Segment Start: Dataset

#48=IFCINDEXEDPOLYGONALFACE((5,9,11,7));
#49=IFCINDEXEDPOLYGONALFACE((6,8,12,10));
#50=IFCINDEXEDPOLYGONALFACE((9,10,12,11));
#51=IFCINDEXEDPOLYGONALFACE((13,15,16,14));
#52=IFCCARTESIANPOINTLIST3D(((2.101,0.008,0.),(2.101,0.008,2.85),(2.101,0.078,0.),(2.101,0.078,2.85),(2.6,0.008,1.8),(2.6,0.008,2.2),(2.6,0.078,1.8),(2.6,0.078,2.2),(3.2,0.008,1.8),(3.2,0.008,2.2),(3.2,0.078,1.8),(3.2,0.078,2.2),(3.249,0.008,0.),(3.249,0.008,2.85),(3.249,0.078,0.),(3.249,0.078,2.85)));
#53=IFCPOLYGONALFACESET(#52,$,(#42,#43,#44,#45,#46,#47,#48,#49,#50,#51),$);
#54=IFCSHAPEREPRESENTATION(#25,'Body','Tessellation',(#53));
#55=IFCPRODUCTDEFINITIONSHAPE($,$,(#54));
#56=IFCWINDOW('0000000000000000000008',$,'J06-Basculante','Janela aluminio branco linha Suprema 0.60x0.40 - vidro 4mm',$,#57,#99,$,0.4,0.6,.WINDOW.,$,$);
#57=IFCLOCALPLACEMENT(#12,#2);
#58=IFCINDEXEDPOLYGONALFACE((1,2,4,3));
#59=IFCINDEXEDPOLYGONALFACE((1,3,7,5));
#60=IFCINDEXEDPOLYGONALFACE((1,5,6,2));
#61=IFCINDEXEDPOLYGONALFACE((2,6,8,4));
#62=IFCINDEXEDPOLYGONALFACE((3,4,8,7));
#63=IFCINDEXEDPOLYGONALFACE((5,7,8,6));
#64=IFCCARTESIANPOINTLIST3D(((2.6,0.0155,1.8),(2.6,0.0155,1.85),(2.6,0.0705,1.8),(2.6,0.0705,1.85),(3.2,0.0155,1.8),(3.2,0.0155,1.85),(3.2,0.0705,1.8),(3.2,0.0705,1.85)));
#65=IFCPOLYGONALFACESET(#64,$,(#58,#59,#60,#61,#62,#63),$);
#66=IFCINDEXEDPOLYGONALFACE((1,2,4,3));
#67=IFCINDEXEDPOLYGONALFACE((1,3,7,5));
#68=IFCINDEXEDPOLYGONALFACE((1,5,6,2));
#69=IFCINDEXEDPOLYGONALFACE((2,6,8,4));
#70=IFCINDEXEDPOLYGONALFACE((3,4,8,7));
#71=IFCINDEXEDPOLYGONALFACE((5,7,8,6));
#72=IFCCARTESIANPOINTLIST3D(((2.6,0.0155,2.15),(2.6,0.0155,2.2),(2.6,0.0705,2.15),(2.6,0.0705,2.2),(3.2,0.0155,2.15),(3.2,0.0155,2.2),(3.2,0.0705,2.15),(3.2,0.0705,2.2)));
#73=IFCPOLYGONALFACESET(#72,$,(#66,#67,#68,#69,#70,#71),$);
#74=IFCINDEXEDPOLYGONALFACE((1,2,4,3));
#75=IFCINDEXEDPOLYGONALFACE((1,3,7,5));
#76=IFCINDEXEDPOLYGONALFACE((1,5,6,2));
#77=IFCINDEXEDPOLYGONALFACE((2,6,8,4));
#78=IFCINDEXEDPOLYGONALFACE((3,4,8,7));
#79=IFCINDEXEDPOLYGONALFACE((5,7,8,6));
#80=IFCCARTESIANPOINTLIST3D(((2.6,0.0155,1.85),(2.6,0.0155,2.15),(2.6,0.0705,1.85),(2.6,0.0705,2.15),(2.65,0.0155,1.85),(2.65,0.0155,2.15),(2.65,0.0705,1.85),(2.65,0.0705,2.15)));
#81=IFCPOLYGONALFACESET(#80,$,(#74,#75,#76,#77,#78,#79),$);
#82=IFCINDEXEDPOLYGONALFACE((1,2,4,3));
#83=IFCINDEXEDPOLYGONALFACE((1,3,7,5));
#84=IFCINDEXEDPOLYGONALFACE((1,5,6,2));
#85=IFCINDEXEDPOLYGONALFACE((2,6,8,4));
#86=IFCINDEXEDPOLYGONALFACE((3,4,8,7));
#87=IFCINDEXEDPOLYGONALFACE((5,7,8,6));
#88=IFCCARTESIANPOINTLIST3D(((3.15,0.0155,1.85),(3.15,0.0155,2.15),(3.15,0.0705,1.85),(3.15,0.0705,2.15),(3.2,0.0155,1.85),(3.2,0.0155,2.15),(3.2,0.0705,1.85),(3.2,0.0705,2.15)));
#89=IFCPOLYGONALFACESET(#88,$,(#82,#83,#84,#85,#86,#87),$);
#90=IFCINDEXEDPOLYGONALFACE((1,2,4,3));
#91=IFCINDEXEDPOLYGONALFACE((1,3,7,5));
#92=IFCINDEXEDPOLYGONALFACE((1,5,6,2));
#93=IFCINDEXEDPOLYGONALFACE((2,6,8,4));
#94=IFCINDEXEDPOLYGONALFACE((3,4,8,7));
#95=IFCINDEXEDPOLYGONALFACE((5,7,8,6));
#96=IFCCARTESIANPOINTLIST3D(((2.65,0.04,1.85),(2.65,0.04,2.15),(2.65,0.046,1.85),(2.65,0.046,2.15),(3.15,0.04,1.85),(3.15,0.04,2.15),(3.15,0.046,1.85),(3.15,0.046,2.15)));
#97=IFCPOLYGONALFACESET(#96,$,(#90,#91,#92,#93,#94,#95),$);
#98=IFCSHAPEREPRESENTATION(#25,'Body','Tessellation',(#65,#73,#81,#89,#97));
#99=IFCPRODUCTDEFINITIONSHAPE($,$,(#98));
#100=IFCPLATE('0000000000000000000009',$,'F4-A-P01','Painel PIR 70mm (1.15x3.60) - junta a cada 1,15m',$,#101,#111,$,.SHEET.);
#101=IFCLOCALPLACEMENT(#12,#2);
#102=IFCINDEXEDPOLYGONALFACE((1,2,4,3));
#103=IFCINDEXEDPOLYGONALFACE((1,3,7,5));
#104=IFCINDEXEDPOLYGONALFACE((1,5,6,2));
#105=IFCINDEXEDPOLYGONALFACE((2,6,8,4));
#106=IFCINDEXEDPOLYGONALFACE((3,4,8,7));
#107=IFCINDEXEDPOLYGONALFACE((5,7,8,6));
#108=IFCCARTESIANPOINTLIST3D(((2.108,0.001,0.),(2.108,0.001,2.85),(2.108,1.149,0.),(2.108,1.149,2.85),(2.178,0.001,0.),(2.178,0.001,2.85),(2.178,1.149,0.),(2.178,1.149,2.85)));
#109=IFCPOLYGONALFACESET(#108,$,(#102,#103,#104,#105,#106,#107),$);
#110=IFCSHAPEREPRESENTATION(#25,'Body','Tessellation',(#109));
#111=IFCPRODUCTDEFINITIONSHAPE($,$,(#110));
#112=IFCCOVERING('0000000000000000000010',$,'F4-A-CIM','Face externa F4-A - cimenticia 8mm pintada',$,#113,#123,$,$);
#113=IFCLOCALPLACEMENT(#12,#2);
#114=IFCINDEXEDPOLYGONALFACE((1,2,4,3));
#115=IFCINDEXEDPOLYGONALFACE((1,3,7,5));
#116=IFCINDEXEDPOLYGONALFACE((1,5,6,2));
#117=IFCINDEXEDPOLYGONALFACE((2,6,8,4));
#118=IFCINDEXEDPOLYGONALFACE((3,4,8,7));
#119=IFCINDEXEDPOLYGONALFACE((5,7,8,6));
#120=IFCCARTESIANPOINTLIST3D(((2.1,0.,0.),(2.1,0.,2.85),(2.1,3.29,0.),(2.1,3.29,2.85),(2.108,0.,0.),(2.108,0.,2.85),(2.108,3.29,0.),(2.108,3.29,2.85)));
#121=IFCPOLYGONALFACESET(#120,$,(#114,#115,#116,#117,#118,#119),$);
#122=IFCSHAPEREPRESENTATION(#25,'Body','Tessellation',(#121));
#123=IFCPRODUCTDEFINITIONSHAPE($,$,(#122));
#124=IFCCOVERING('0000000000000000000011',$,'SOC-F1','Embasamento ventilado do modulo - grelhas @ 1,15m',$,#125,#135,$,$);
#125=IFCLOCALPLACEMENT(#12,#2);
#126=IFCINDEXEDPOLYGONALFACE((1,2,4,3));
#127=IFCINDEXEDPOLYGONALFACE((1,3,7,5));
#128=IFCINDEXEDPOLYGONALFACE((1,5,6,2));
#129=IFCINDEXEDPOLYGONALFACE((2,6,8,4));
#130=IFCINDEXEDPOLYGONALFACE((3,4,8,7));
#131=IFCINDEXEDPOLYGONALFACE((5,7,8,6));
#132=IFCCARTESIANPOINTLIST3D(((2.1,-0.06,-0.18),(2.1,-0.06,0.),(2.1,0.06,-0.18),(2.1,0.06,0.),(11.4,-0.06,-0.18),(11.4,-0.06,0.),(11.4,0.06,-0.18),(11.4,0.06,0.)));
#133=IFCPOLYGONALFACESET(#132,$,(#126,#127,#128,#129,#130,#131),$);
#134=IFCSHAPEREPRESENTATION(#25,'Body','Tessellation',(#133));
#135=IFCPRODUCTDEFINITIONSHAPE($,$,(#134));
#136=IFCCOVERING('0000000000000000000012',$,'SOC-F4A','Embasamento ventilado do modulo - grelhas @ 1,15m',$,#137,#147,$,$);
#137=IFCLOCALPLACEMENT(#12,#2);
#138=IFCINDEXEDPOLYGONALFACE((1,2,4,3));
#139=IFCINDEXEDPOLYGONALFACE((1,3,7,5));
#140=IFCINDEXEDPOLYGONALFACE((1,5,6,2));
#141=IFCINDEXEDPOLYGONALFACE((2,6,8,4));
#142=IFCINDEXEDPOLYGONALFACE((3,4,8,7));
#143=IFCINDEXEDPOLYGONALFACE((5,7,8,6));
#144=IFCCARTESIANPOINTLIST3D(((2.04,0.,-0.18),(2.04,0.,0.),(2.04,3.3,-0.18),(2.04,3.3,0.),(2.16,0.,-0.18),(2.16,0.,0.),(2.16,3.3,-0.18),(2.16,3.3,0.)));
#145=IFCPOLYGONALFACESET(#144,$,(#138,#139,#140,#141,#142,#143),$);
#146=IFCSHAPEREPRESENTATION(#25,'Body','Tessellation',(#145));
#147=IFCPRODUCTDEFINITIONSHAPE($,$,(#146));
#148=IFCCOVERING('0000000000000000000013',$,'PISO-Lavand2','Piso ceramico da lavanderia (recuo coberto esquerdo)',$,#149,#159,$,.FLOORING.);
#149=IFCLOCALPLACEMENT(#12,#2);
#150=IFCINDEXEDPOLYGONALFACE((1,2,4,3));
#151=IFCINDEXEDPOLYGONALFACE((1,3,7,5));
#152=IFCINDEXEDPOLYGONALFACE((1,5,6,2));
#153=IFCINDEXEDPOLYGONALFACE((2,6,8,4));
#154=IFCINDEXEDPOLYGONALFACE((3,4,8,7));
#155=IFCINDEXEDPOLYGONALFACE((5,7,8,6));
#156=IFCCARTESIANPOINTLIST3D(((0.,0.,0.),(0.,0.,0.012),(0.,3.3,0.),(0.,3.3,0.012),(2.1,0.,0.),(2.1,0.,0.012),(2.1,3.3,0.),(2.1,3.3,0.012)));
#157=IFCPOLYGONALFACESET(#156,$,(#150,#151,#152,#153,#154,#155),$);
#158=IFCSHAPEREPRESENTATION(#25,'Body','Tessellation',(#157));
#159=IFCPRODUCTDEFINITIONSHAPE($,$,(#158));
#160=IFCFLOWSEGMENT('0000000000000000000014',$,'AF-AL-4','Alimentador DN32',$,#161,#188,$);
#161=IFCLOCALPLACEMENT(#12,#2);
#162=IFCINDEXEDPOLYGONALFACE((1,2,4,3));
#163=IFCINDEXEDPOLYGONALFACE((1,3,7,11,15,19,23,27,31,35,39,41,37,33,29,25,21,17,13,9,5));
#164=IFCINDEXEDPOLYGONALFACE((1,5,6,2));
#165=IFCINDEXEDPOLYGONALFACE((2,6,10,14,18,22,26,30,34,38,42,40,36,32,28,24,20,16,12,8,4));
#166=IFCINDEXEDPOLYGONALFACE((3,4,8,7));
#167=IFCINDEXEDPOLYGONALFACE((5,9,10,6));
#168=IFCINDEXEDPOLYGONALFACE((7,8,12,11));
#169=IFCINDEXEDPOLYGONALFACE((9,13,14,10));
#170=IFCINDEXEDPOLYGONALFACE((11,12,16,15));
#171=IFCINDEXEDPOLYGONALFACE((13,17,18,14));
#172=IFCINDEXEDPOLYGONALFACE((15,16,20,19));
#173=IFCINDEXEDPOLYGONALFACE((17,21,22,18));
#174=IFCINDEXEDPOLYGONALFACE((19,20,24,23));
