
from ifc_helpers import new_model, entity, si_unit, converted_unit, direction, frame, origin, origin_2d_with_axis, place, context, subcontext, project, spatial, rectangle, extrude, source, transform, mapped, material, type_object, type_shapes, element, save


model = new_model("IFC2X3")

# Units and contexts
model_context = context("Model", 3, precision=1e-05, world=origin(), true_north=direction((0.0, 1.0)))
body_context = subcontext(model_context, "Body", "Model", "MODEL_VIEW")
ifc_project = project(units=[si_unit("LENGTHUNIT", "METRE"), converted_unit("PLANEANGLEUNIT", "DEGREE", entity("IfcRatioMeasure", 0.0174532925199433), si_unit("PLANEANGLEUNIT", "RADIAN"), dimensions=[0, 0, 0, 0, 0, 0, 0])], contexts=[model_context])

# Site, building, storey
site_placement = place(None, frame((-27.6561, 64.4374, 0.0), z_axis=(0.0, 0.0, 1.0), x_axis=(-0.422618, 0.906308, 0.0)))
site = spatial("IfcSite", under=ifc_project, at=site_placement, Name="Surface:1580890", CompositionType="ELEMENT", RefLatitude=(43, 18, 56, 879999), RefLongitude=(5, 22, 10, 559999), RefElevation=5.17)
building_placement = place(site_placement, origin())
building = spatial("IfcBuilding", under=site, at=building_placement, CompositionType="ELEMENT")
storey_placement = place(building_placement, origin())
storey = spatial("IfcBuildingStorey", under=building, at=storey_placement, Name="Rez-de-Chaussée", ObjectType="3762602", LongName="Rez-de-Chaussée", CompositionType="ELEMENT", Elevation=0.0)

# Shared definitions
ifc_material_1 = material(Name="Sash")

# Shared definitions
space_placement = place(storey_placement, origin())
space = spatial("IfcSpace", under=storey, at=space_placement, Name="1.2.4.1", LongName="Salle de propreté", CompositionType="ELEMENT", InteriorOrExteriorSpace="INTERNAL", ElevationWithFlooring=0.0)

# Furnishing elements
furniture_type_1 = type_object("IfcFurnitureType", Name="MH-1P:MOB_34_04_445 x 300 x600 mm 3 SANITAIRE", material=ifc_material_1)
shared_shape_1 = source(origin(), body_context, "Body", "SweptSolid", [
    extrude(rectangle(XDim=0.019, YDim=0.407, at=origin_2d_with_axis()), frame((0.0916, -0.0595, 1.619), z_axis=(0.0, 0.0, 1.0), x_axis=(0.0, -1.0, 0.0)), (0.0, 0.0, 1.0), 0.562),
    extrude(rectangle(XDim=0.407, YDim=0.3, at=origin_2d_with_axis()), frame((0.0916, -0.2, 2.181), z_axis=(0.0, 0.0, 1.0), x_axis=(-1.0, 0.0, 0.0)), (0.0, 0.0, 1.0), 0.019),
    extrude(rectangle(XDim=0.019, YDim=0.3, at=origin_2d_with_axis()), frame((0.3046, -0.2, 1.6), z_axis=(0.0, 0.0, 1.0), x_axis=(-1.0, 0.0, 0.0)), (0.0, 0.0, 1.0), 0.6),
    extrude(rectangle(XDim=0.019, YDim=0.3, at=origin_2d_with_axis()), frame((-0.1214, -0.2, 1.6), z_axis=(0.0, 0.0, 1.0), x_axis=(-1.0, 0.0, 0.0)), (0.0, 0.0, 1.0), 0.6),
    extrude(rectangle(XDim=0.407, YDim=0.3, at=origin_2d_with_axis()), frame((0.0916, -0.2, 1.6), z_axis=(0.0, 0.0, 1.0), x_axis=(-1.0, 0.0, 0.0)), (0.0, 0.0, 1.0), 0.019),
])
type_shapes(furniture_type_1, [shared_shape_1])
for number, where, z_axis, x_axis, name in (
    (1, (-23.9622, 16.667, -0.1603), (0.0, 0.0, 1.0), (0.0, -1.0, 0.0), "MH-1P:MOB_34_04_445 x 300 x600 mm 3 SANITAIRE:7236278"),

Segment End: Dataset

Exercise details: Reproduce the entries exactly, starting at their first line and stopping after the line with "#51=IFCINDEXEDPOLYGONALFACE((13,15,16,14));".

Solution to this task:
#48=IFCINDEXEDPOLYGONALFACE((5,9,11,7));
#49=IFCINDEXEDPOLYGONALFACE((6,8,12,10));
#50=IFCINDEXEDPOLYGONALFACE((9,10,12,11));
#51=IFCINDEXEDPOLYGONALFACE((13,15,16,14));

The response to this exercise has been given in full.